• Assignment: List, from the lines below, each one with "IFCLOCALPLACEMENT" in it.

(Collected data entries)
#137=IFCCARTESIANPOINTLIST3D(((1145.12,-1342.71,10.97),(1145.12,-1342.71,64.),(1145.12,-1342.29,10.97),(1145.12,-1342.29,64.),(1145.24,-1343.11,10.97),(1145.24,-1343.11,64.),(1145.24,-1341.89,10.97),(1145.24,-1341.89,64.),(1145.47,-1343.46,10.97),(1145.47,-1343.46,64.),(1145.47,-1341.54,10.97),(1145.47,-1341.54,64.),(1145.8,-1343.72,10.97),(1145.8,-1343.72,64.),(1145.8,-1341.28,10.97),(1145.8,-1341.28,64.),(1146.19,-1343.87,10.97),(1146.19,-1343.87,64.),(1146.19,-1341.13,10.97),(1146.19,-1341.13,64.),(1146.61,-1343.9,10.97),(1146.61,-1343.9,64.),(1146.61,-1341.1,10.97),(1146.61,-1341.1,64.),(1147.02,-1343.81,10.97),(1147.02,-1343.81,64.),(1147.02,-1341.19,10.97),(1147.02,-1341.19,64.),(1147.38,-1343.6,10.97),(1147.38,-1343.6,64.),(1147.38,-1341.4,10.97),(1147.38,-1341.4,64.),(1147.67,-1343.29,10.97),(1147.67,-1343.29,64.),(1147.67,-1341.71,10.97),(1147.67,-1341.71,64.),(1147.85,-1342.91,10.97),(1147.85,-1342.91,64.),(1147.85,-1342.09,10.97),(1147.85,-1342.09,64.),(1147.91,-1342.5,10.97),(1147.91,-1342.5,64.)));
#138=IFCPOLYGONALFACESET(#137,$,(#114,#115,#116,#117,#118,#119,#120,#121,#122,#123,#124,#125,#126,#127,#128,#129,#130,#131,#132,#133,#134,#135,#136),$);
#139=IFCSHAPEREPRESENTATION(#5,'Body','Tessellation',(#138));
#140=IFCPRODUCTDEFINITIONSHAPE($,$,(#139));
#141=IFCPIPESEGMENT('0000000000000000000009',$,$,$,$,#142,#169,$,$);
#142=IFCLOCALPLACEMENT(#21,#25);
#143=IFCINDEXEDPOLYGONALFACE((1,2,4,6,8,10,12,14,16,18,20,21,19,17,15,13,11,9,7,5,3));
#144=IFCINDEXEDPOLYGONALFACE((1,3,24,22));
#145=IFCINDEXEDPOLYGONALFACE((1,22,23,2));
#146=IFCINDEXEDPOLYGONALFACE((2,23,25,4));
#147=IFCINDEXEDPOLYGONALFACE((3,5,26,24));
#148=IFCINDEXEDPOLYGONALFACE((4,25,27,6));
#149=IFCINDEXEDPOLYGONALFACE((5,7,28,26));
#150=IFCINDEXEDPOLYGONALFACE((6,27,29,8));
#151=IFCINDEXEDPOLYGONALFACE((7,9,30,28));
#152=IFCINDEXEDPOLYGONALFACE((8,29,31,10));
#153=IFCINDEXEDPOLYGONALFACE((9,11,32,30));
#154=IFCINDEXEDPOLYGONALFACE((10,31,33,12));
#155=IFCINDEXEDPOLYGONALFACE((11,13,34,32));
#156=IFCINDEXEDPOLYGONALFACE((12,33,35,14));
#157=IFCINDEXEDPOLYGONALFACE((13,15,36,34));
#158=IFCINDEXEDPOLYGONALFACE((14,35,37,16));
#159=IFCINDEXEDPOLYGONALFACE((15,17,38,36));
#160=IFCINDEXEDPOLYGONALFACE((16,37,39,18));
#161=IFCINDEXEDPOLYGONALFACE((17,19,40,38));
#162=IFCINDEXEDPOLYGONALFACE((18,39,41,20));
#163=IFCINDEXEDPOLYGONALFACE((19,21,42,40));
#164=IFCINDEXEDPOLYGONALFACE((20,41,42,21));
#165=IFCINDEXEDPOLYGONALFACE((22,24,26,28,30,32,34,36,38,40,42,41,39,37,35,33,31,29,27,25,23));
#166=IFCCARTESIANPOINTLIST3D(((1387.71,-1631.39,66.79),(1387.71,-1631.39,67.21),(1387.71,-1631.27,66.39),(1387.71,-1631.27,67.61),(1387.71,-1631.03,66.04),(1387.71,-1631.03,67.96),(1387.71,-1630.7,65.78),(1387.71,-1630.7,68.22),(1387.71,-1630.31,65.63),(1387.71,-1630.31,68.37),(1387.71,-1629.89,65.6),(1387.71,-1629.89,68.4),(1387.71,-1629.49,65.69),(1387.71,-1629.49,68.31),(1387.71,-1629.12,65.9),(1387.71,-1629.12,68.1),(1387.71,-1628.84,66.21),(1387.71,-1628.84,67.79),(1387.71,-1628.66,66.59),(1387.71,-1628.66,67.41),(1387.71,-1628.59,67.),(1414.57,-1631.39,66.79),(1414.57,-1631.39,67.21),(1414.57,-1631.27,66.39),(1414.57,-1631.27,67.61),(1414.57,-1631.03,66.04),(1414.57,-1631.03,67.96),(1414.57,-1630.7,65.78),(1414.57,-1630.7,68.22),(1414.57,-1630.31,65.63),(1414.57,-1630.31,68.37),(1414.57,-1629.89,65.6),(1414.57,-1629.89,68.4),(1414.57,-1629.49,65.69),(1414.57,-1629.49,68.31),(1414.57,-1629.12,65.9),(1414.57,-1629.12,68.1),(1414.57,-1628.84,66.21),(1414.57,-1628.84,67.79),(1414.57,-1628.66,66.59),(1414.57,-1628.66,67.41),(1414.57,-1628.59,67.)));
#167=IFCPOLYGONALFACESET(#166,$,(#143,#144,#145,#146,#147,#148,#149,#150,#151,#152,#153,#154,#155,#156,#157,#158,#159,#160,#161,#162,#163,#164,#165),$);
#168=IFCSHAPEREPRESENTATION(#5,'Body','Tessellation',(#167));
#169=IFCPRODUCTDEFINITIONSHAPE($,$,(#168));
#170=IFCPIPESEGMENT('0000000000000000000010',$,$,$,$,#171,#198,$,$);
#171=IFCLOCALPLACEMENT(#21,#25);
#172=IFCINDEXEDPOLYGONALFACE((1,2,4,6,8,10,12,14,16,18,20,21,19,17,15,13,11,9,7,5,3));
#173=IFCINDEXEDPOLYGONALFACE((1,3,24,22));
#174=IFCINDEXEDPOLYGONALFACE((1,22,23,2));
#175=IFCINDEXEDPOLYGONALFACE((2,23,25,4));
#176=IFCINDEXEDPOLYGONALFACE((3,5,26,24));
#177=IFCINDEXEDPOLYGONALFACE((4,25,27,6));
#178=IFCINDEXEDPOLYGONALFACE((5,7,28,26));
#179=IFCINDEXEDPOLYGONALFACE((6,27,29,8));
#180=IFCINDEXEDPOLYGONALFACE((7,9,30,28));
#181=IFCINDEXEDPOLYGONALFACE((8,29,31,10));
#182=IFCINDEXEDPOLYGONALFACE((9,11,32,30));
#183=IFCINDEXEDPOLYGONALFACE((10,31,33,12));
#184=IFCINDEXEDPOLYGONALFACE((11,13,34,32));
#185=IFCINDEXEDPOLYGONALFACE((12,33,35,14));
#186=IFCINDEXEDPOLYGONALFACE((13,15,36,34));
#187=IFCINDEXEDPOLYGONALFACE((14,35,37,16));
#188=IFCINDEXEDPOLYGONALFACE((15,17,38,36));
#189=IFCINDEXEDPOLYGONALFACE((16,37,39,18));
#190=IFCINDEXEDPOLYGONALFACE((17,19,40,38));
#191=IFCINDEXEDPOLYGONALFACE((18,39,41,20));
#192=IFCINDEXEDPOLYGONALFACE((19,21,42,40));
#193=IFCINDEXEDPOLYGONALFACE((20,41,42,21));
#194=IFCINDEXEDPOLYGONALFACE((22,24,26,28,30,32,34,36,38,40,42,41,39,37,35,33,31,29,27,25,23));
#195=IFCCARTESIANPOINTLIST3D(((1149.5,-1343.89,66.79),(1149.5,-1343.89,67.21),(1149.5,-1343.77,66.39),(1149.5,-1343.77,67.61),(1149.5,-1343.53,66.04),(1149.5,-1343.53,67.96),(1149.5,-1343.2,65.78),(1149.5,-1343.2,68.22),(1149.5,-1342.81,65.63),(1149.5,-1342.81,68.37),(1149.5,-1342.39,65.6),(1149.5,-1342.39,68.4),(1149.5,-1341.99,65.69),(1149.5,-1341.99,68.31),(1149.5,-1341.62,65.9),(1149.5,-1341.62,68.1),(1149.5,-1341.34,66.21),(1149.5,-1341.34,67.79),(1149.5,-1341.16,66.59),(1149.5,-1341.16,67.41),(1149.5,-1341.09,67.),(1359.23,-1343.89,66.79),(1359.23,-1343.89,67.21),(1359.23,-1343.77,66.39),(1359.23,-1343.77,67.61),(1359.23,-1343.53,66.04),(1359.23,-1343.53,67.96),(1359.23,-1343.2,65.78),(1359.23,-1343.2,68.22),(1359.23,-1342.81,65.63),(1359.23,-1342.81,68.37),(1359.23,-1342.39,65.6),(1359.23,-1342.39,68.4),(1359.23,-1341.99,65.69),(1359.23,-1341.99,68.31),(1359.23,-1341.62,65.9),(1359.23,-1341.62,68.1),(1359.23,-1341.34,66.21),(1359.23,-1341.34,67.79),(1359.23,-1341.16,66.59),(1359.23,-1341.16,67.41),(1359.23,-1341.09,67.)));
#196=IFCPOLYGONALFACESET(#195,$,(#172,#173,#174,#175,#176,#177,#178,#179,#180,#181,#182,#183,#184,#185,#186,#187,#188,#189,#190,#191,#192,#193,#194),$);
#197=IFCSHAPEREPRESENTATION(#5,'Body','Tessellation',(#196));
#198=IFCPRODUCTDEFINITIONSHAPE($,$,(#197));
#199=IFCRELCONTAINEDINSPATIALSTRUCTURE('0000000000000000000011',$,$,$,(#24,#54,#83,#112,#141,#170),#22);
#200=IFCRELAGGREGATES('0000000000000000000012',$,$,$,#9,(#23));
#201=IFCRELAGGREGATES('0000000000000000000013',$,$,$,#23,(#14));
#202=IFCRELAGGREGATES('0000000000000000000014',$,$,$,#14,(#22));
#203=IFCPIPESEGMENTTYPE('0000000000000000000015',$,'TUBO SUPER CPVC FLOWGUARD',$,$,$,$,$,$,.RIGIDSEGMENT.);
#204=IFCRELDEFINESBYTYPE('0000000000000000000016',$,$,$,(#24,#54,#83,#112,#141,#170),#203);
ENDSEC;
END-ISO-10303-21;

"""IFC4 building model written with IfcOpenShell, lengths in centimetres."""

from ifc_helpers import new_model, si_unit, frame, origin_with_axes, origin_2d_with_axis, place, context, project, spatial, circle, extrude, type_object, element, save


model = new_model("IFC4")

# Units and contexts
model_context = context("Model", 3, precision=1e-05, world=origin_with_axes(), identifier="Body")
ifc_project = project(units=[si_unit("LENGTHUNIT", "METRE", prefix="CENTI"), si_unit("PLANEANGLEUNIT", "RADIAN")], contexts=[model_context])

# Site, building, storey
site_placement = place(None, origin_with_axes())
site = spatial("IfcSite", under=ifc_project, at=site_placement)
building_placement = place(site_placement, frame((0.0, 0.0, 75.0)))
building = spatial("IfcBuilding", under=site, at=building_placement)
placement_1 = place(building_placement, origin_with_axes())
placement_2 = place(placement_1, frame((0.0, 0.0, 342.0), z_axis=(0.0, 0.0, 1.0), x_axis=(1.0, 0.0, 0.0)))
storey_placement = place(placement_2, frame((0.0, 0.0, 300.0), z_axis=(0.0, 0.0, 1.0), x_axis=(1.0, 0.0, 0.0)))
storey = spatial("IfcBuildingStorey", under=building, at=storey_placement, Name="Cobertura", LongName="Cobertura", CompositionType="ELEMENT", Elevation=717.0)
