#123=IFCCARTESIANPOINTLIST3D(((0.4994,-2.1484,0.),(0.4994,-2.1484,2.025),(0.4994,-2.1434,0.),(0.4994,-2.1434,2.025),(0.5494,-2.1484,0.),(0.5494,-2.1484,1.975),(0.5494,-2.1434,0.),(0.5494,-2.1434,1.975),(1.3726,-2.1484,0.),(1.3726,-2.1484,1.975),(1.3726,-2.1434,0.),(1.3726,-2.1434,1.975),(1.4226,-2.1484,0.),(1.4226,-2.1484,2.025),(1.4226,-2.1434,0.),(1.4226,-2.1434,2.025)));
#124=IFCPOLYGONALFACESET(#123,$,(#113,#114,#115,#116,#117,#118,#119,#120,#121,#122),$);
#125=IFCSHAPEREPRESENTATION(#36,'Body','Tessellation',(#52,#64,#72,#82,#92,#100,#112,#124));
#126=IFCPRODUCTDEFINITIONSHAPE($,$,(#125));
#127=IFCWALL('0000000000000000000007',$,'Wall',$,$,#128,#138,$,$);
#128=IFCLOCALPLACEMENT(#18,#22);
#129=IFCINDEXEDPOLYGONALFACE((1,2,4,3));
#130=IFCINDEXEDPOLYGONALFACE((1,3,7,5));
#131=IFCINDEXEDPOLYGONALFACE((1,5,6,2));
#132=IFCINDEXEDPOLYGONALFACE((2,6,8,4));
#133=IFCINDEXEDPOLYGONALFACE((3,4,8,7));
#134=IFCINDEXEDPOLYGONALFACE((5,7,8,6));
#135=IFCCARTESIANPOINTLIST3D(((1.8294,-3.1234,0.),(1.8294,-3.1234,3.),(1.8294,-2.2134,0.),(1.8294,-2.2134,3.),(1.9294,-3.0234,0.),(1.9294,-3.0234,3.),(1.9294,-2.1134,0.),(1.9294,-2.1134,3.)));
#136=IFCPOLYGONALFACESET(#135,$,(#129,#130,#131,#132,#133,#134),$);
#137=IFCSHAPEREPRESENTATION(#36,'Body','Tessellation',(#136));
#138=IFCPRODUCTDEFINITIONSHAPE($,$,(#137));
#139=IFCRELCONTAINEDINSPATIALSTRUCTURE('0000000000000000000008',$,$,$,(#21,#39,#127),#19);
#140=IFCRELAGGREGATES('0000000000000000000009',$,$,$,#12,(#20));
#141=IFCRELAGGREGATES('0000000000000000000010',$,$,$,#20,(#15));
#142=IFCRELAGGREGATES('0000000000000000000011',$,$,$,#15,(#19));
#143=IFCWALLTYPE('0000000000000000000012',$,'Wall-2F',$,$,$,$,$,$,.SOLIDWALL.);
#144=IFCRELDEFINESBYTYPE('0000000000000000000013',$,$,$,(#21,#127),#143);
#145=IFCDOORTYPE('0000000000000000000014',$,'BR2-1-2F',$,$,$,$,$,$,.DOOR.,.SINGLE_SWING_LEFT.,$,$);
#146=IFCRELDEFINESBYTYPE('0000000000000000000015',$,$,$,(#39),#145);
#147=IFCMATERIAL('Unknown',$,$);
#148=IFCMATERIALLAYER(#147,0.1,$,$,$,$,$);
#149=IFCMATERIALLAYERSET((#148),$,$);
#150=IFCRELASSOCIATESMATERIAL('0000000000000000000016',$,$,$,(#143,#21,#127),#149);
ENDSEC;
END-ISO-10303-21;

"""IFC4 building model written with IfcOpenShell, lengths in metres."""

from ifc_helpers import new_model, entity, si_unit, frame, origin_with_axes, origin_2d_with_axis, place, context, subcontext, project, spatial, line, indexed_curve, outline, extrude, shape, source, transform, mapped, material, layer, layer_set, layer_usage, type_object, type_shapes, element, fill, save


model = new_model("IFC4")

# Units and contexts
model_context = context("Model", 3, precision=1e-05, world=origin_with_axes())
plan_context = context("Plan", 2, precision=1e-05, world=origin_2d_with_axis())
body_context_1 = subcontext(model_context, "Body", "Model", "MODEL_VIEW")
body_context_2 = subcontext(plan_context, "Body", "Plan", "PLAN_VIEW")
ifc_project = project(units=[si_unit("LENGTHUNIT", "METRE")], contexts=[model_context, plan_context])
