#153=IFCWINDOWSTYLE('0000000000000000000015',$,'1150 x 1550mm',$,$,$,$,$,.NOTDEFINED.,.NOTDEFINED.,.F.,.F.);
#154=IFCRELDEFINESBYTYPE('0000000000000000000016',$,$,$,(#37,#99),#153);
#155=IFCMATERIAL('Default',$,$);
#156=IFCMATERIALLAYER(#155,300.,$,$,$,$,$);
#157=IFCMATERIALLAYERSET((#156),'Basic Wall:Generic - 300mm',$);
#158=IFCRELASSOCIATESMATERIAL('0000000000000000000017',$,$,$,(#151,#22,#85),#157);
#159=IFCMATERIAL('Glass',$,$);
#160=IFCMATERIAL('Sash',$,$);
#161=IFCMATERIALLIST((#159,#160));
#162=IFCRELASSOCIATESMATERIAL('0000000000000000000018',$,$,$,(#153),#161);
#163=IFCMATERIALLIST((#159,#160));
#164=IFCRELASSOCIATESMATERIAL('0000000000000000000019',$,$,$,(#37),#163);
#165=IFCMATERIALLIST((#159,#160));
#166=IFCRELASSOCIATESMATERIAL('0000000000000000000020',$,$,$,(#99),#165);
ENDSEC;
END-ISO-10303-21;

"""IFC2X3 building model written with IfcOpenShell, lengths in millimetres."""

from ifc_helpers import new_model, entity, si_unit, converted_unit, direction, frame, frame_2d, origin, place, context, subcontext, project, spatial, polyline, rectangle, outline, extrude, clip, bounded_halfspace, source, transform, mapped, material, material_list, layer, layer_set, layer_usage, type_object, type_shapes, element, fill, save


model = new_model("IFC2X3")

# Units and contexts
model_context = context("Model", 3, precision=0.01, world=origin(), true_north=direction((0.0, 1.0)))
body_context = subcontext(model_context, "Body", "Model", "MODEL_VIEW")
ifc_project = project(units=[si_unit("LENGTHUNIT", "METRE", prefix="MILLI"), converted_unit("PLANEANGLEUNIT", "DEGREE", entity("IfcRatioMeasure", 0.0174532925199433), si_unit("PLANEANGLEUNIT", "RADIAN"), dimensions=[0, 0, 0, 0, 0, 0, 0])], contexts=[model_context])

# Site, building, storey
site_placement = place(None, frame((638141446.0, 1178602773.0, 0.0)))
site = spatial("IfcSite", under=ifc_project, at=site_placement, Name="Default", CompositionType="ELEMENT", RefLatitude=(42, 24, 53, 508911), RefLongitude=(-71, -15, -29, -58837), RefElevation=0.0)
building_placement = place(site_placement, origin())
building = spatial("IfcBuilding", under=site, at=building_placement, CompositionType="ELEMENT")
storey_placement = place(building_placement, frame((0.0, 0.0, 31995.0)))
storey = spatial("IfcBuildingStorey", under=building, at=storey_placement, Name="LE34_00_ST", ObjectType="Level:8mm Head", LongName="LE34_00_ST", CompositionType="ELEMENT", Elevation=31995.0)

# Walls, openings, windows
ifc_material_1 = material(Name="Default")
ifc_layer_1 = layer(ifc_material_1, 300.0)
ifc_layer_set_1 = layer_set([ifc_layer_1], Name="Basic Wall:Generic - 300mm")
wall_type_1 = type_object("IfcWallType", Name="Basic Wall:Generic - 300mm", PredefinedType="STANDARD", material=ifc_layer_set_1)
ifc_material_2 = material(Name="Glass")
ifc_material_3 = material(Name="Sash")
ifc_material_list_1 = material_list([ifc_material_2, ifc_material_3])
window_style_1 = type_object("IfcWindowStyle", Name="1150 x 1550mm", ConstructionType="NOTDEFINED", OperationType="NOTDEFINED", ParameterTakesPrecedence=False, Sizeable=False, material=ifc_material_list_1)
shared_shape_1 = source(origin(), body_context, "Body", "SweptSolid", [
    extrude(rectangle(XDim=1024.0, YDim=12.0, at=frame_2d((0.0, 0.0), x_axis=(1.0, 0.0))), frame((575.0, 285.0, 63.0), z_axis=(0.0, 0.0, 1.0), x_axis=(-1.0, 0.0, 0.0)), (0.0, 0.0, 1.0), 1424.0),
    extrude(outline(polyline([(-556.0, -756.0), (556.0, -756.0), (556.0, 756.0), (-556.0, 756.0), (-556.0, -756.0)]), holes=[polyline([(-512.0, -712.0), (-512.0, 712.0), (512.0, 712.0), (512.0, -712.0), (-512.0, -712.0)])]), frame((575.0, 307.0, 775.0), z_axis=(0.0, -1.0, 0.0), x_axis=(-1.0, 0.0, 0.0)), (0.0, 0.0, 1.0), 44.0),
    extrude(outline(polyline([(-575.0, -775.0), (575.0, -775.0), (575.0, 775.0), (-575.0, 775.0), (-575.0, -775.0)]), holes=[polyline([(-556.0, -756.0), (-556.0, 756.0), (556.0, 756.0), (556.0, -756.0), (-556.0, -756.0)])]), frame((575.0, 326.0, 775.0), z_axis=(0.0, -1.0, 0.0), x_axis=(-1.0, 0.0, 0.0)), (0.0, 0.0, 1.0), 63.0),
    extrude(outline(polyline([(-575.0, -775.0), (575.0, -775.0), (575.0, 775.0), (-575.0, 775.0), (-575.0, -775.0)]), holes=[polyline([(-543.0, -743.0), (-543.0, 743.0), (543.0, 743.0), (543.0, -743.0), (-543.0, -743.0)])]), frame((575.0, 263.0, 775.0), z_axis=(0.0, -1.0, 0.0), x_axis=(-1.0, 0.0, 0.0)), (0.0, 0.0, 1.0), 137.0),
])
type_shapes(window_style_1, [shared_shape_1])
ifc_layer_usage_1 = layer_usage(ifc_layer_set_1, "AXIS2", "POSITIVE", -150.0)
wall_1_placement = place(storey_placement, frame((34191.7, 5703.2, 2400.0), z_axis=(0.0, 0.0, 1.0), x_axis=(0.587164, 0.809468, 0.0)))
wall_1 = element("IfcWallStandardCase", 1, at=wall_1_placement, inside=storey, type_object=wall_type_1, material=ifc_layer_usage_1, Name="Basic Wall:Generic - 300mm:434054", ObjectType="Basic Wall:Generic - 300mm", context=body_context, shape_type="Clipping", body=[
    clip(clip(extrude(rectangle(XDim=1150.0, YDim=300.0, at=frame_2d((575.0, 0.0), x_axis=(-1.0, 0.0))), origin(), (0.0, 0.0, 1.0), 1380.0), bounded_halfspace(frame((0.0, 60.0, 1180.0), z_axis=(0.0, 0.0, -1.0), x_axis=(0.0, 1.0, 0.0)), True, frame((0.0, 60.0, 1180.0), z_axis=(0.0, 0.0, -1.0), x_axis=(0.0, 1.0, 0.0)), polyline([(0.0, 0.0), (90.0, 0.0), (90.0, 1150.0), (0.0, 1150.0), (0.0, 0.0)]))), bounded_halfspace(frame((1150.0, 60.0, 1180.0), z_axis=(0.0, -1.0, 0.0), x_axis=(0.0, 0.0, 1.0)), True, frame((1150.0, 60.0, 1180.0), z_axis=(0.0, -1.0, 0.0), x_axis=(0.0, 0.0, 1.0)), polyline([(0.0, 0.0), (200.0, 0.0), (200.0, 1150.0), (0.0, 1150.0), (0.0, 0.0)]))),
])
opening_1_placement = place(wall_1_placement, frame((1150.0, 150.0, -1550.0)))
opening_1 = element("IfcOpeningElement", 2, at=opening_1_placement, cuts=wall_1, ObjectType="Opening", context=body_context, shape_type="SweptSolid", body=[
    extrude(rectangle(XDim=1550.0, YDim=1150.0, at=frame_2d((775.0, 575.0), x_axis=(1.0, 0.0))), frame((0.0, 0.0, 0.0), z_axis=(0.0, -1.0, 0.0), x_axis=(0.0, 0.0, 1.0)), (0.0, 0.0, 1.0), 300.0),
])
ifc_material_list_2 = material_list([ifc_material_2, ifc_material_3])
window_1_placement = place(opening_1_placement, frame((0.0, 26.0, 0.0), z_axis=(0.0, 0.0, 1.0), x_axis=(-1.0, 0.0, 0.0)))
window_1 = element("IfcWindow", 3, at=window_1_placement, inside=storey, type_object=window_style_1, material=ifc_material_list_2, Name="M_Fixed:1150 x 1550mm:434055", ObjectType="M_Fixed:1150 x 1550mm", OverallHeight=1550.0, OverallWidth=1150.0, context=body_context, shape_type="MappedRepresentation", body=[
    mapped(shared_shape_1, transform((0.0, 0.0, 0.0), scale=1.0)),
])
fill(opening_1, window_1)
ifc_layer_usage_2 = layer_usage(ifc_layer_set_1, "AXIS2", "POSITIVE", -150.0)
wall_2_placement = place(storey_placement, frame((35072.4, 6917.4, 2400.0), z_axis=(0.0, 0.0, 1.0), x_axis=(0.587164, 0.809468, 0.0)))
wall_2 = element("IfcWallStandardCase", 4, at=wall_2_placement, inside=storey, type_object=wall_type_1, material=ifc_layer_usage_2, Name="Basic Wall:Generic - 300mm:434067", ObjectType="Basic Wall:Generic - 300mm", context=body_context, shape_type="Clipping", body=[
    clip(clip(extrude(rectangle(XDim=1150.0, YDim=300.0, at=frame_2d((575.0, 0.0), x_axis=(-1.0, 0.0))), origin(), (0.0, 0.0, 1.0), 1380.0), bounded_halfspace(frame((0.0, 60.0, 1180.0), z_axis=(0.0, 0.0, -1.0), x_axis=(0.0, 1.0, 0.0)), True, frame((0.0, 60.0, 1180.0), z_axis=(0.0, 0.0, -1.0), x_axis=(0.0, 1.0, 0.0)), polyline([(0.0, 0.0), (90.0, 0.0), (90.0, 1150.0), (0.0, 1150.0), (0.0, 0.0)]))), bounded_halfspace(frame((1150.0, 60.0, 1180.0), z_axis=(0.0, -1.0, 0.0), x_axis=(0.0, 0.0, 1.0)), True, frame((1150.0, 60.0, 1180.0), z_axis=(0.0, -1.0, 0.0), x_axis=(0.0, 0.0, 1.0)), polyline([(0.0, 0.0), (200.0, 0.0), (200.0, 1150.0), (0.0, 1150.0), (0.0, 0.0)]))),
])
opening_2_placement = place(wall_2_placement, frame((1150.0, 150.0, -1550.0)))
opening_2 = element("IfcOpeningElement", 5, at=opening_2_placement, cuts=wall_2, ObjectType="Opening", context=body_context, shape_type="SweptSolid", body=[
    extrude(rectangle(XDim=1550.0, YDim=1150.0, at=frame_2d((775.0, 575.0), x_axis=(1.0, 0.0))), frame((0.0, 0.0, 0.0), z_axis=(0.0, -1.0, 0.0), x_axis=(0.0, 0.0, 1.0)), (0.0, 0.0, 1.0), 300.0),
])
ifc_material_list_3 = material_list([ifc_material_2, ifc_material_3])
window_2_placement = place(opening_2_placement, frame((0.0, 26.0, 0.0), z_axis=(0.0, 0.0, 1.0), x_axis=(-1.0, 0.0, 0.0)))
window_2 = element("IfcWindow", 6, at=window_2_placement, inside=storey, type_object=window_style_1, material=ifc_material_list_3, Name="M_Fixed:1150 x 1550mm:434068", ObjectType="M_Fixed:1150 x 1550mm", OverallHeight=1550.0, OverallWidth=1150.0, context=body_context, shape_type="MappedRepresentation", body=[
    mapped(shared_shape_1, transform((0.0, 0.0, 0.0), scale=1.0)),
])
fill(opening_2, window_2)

• Answer for the task:
#142=IFCLOCALPLACEMENT(#21,#25);
#171=IFCLOCALPLACEMENT(#21,#25);
#128=IFCLOCALPLACEMENT(#18,#22);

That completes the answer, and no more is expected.